Striking down combatant after combatant, Shingo-Wol believes himself invincible even though he’s fighting against yellow-hued bad guys. And as the story continues, the narration and panel layout hint that not all is well for this Lantern, culminating in a reveal that shows while Shingo-Wol has indeed been fighting for his life, his ring has triggered a fantasy depicting an entirely different scenario — a real scenario — where Shingo-Wol is losing the fight spectacularly.

Stabbed through by the various weapons wielded by the overwhelming onslaught of enemies, the fact that Shingo-Wol’s ring would show him a false reality as he enters his death throes not only betrays what the Green Lantern’s free will is all about, but robs him of the consequences and final choices he could be making as his life comes to an end.
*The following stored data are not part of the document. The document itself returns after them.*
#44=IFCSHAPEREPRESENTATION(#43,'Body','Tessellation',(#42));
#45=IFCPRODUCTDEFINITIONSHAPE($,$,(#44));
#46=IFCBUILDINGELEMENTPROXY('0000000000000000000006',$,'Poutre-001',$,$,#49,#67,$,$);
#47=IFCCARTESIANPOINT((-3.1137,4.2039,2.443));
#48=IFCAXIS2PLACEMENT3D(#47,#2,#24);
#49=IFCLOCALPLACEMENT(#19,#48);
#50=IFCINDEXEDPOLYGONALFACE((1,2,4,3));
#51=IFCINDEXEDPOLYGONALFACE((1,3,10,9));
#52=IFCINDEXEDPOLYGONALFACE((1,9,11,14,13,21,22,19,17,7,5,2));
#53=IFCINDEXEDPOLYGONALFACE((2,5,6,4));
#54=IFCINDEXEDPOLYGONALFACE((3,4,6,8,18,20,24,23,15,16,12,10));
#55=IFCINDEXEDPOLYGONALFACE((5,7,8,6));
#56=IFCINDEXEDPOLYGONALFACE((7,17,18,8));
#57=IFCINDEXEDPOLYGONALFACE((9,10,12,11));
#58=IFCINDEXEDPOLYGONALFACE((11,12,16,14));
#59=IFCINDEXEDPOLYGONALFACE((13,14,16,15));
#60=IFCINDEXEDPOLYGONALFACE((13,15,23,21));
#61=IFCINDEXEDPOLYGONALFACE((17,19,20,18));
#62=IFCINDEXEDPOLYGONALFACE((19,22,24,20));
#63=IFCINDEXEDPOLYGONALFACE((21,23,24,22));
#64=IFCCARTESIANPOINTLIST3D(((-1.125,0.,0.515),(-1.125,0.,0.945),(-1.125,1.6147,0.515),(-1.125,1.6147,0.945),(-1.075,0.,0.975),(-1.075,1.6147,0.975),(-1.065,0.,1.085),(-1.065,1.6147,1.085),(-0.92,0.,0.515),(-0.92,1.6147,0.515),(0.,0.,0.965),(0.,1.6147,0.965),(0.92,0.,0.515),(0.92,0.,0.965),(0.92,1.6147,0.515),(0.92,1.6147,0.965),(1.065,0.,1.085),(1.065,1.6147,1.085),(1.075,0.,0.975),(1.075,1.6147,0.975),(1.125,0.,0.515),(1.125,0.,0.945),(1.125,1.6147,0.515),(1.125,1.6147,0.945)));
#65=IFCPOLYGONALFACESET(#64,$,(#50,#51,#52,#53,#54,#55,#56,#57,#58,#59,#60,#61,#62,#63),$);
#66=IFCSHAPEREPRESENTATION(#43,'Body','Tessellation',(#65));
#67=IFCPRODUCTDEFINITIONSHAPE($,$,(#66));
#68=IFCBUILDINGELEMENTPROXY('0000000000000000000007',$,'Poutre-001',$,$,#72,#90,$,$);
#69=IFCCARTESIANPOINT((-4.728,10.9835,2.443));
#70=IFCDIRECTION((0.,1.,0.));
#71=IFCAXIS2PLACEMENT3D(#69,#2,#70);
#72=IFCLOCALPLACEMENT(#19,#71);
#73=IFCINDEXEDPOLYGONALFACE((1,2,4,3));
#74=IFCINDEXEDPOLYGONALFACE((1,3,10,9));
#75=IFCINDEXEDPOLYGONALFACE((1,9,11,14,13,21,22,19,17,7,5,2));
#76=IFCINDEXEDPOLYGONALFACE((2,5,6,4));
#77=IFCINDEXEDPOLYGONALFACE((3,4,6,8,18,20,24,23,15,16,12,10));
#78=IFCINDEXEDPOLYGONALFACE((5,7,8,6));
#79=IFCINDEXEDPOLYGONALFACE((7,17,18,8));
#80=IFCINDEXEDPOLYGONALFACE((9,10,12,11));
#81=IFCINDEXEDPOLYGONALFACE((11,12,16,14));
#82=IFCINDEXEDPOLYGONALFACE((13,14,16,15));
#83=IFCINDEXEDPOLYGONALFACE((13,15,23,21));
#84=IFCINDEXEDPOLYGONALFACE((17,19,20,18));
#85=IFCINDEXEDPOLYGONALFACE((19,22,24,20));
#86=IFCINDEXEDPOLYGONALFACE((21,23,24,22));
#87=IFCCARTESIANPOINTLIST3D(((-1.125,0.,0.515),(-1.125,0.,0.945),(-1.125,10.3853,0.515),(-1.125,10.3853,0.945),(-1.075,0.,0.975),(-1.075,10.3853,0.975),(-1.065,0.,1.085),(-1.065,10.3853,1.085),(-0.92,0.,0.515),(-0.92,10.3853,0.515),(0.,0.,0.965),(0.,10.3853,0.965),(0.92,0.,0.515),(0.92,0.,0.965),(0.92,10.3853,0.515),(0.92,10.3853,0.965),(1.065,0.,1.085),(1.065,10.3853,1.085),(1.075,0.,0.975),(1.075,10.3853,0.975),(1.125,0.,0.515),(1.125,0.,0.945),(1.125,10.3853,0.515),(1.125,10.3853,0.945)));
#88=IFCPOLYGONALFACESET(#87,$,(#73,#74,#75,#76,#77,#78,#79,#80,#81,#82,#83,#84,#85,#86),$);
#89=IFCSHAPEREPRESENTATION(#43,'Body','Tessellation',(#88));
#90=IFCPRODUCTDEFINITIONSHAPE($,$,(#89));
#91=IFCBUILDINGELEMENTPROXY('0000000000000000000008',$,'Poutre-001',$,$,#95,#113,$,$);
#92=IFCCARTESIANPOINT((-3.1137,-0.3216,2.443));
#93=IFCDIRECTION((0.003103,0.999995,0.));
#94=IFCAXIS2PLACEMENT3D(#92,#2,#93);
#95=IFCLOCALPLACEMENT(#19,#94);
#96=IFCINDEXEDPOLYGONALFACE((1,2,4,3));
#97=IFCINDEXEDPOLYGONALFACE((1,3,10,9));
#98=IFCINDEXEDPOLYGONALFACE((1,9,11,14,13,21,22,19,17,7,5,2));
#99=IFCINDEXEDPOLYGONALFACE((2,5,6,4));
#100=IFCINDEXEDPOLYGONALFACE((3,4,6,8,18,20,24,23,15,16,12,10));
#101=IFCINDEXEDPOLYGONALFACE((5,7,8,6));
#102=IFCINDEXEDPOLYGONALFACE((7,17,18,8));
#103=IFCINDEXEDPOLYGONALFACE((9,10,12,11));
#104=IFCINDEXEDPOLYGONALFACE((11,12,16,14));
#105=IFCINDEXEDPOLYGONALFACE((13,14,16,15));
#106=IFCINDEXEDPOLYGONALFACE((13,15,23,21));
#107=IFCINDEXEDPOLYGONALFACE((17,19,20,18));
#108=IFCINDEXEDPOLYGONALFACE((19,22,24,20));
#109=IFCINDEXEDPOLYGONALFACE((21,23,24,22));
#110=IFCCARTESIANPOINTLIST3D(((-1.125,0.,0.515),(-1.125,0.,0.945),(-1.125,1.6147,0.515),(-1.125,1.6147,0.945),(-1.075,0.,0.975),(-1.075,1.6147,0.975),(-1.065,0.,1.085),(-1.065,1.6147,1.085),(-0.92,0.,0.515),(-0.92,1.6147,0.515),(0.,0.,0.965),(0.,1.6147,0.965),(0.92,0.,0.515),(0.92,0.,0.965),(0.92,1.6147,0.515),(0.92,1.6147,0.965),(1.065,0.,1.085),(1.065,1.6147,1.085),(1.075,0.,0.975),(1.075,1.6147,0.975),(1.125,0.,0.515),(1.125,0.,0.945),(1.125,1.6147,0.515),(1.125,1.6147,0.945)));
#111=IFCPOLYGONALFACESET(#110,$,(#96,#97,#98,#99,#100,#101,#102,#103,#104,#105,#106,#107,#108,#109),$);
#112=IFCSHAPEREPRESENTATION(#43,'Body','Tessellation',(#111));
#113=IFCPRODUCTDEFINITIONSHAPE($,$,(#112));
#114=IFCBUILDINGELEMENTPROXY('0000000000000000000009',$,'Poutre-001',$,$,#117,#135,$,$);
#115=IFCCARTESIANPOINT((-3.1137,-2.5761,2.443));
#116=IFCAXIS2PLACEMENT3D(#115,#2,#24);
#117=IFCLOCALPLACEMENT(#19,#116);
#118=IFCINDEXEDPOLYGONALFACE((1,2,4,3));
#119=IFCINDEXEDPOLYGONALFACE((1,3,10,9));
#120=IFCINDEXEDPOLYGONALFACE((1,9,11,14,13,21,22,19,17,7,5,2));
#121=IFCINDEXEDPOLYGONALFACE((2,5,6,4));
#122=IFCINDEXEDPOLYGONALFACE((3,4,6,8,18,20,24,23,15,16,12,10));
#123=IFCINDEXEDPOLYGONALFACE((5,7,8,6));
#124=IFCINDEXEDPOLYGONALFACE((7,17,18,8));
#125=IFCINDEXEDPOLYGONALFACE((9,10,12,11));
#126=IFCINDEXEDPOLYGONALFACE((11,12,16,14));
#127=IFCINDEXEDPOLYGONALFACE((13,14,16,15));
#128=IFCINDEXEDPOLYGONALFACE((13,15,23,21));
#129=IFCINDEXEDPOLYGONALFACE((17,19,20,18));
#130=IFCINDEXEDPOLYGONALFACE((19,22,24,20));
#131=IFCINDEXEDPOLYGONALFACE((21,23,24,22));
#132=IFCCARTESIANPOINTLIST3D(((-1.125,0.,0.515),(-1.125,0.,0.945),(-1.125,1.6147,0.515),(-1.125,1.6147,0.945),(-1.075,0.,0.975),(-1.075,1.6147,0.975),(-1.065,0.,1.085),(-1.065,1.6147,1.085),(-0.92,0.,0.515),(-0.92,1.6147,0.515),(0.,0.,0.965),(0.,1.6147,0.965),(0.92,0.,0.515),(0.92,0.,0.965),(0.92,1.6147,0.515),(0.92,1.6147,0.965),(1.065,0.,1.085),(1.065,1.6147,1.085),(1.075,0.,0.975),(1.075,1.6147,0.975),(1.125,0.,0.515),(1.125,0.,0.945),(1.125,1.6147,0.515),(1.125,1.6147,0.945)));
Chosen specifically for their abilities to use their immense will to decide on and initiate actions in the field, the Guardians of the Universe supposedly value this quality above all else when it comes to their soldiers, so forcing an inversion of Shingo-Wol’s free will by taking away his will is a head-scratching — and highly hypocritical — way for a Lantern’s ring to work.

Green Lanterns are heroes whose command over their willpower is something to be reckoned with, and when that’s taken from them, their entire purpose is corrupted in a way that comes across as more a hypocritical lie than anything else. The Green Lantern Corps’ will is and always will be their lifeblood, it’s just too bad that once their watch is over, all of that goes right out the window.